In the ARS cycle, solar energy is first converted into thermal energy to heat the circulating water by the collector-storage unit (CSU). The heated circulating water is then pressurized by pump (P3) and enters the absorption tower (ARS-T) to heat the ammonia-water solution. The ammonia (stream AW2) leaving the top of the ARS-T first enters the cooler (ARS-E1), where its temperature is cooled to 25 °C. The temperature of stream AW4 is then further cooled to −30 °C within the ARS-HX2. Subsequently, stream AW5 is depressurized by the throttle valve (ARS-JT1) and cools the refrigerant at the compressor outlet through ARS-E4, ARS-E3, ARS-E2, and ARS-E1. Immediately afterward, stream AW10 is returned to the ARS-HX2 to cool itself.
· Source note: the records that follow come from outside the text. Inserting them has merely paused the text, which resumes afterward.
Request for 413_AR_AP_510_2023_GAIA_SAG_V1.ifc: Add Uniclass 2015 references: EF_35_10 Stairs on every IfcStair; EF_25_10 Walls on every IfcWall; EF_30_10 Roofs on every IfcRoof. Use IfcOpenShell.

First a look at what the model holds.

```python
import ifcopenshell

model = ifcopenshell.open("413_AR_AP_510_2023_GAIA_SAG_V1.ifc")
print(model.schema)
print("classifications:", [c.Name for c in model.by_type("IfcClassification")])
for ifc_class in ("IfcDoor", "IfcRoof", "IfcStair", "IfcWall", "IfcWindow"):
    print(ifc_class, len(model.by_type(ifc_class)))
```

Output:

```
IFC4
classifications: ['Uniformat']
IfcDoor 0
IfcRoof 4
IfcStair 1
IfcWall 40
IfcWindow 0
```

```python
import ifcopenshell
import ifcopenshell.api.classification

model = ifcopenshell.open("413_AR_AP_510_2023_GAIA_SAG_V1.ifc")

system = ifcopenshell.api.classification.add_classification(model, classification="Uniclass 2015")

codes = {
    "IfcStair": ("EF_35_10", "Stairs"),
    "IfcWall": ("EF_25_10", "Walls"),
    "IfcRoof": ("EF_30_10", "Roofs"),
}
for ifc_class, (code, name) in codes.items():
    products = model.by_type(ifc_class)
    ifcopenshell.api.classification.add_reference(
        model, products=products, classification=system, identification=code, name=name
    )
    print(code, len(products))

model.write("413_AR_AP_510_2023_GAIA_SAG_V1_edited.ifc")
```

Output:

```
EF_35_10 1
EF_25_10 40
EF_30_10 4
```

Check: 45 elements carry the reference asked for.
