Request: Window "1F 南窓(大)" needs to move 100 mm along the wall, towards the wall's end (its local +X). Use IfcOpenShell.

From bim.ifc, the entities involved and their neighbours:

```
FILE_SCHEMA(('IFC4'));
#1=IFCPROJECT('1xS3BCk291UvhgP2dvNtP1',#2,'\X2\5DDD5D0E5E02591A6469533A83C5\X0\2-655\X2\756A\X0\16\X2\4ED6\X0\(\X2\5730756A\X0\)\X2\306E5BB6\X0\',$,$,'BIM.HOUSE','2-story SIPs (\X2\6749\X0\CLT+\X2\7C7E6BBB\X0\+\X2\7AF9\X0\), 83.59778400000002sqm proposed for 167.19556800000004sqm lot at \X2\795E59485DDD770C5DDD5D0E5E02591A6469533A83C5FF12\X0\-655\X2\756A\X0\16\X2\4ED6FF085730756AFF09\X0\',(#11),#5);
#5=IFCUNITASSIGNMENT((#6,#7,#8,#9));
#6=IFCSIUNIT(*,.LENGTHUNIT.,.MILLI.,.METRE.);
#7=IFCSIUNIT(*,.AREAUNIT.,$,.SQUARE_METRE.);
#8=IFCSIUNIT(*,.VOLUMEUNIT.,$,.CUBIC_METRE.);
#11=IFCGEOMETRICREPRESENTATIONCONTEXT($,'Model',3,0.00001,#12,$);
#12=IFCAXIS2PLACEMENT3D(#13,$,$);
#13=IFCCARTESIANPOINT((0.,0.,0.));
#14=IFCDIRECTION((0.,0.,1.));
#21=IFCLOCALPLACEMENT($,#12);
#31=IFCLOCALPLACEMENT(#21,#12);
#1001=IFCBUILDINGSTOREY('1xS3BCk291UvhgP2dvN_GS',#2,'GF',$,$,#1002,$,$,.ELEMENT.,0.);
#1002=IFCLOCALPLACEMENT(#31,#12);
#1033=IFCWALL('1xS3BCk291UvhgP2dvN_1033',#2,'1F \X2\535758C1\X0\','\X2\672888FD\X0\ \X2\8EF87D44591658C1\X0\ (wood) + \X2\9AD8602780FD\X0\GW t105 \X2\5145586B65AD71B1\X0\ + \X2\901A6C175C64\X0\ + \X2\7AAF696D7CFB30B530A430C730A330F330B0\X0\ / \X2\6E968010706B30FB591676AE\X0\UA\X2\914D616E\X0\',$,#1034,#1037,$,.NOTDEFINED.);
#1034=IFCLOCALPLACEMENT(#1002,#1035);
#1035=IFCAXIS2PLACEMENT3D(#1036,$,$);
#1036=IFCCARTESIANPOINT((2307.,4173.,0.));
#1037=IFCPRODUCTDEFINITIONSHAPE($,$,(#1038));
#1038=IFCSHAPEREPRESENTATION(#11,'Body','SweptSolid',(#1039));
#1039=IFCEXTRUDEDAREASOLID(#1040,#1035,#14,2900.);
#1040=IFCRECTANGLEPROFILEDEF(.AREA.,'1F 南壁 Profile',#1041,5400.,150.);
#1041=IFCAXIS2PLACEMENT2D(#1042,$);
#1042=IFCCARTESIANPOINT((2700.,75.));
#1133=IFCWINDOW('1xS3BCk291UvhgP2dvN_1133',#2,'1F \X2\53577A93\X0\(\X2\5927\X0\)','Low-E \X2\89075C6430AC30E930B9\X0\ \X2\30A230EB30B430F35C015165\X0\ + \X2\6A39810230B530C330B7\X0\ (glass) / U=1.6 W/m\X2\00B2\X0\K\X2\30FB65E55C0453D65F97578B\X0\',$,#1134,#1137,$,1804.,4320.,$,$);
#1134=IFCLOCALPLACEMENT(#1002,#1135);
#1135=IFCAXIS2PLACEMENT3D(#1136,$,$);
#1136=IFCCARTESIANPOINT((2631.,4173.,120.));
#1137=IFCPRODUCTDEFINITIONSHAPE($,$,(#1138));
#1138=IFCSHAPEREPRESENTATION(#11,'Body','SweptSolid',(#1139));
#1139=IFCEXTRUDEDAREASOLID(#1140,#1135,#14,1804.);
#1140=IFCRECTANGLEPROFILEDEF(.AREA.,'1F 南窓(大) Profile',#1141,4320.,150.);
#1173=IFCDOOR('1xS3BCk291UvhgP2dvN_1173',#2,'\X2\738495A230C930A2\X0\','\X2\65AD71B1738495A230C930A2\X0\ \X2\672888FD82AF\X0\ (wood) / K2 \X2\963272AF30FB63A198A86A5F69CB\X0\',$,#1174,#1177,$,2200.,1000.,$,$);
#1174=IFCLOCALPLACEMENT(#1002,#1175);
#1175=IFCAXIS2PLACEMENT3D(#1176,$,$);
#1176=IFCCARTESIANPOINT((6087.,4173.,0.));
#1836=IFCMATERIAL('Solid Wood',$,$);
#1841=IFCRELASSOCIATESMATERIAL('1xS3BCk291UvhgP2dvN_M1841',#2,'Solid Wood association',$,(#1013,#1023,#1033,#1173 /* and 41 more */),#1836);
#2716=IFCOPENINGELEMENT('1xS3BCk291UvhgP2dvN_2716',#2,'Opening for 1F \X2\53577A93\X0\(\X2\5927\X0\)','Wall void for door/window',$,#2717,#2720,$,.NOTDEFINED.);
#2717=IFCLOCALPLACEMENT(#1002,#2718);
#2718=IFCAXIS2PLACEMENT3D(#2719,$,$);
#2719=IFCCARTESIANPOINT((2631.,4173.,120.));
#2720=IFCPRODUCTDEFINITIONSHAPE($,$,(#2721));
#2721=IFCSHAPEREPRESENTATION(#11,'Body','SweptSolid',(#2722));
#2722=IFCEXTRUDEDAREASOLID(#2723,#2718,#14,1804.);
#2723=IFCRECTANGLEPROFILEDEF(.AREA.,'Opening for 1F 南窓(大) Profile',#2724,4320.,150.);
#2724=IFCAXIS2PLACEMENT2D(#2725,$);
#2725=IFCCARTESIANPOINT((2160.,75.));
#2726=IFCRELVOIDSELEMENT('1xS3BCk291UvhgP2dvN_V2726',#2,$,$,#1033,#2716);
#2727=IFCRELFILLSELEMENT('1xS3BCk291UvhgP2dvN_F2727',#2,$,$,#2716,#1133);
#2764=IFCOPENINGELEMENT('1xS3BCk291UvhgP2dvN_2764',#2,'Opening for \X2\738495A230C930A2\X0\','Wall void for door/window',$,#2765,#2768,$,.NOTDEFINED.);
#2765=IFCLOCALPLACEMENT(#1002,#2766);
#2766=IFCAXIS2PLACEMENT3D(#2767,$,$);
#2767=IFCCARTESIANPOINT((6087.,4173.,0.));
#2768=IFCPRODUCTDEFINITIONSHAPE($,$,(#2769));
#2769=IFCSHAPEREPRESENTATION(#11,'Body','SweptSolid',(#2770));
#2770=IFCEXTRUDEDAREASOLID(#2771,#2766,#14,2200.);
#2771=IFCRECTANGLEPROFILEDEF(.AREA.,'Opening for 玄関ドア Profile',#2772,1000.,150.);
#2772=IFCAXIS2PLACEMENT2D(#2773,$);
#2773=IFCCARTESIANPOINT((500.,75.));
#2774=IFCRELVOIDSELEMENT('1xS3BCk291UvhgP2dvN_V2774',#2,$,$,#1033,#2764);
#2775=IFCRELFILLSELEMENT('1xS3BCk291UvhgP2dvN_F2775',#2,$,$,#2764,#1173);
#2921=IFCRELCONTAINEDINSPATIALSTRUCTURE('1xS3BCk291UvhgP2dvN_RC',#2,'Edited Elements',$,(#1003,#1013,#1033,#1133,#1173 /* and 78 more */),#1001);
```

```python
import ifcopenshell
import ifcopenshell.api.geometry
import ifcopenshell.util.placement
import ifcopenshell.util.unit

model = ifcopenshell.open("bim.ifc")
unit_scale = ifcopenshell.util.unit.calculate_unit_scale(model)

window = model.by_id(1133)
opening = window.FillsVoids[0].RelatingOpeningElement
wall = opening.VoidsElements[0].RelatingBuildingElement

wall_matrix = ifcopenshell.util.placement.get_local_placement(wall.ObjectPlacement)
shift = wall_matrix[:3, 0] * 0.1 / unit_scale
before = ifcopenshell.util.placement.get_local_placement(window.ObjectPlacement)[:3, 3].copy()

# The window is not placed relative to its opening, so move both.
for product in (opening, window):
    matrix = ifcopenshell.util.placement.get_local_placement(product.ObjectPlacement)
    matrix[:3, 3] += shift
    ifcopenshell.api.geometry.edit_object_placement(model, product=product, matrix=matrix, is_si=False)

after = ifcopenshell.util.placement.get_local_placement(window.ObjectPlacement)[:3, 3]
print("window moved by", (after - before).round(3) + 0.0)

model.write("bim_v2.ifc")
```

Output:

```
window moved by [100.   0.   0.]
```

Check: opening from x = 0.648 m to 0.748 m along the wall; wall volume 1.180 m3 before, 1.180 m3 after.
Finally, stream AW11 is mixed with stream AW13 to provide cold energy to ARS-HX1.
In the SMR process, NG (stream S1) and H2O (stream S8) are first pressurized to the same reforming pressure, and then H2O (stream S9) is heated to a gaseous state in HX-1 and HX-2 to recover the waste heat. Subsequently, stream S2 and stream S11 are mixed and enter the heater (H) to be heated to a reforming temperature before entering the reforming reactor (RE) for reaction. In the reforming stage, CH4 reacts with H2O to form carbon monoxide (CO) and H2. Immediately afterward, stream S6 enters a high-temperature water gas shift reactor (H-WGS) and a low-temperature water gas shift reactor (L-WGS) to further convert CO to H2. After conversion, the temperature of stream S13 is cooled to 25 °C by the cooler (E), and then enters the separator (S) for water separation. Finally, the syngas containing a large amount of H2 (stream S16) enters the pressure swing adsorption (PSA) for purification.
In the SMR process, the following reactions occur in RE:
CH4 + H2O = CO + 3H2 ∆H298K = +206 kJ/mol
The following reactions occurred in H-WGS and L-WGS:
CO + H2O = CO2 + H2 ∆H298K = −41 kJ/mol
In the SMR process, the conversion of CH4 is 85% due to thermodynamic limitations [33]. Furthermore, to simplify the purification of H2, the component separator in HYSYS is utilized to simulate a PSA unit. The composition of NG is shown in Table 2, reference [34]. In this paper, the H2 yield of the SMR process is about 42.48%. The flow rate of the H2 produced by the SMR process is set to 3.5 kg/s. Therefore, the NG consumption is 9.43 kg/s.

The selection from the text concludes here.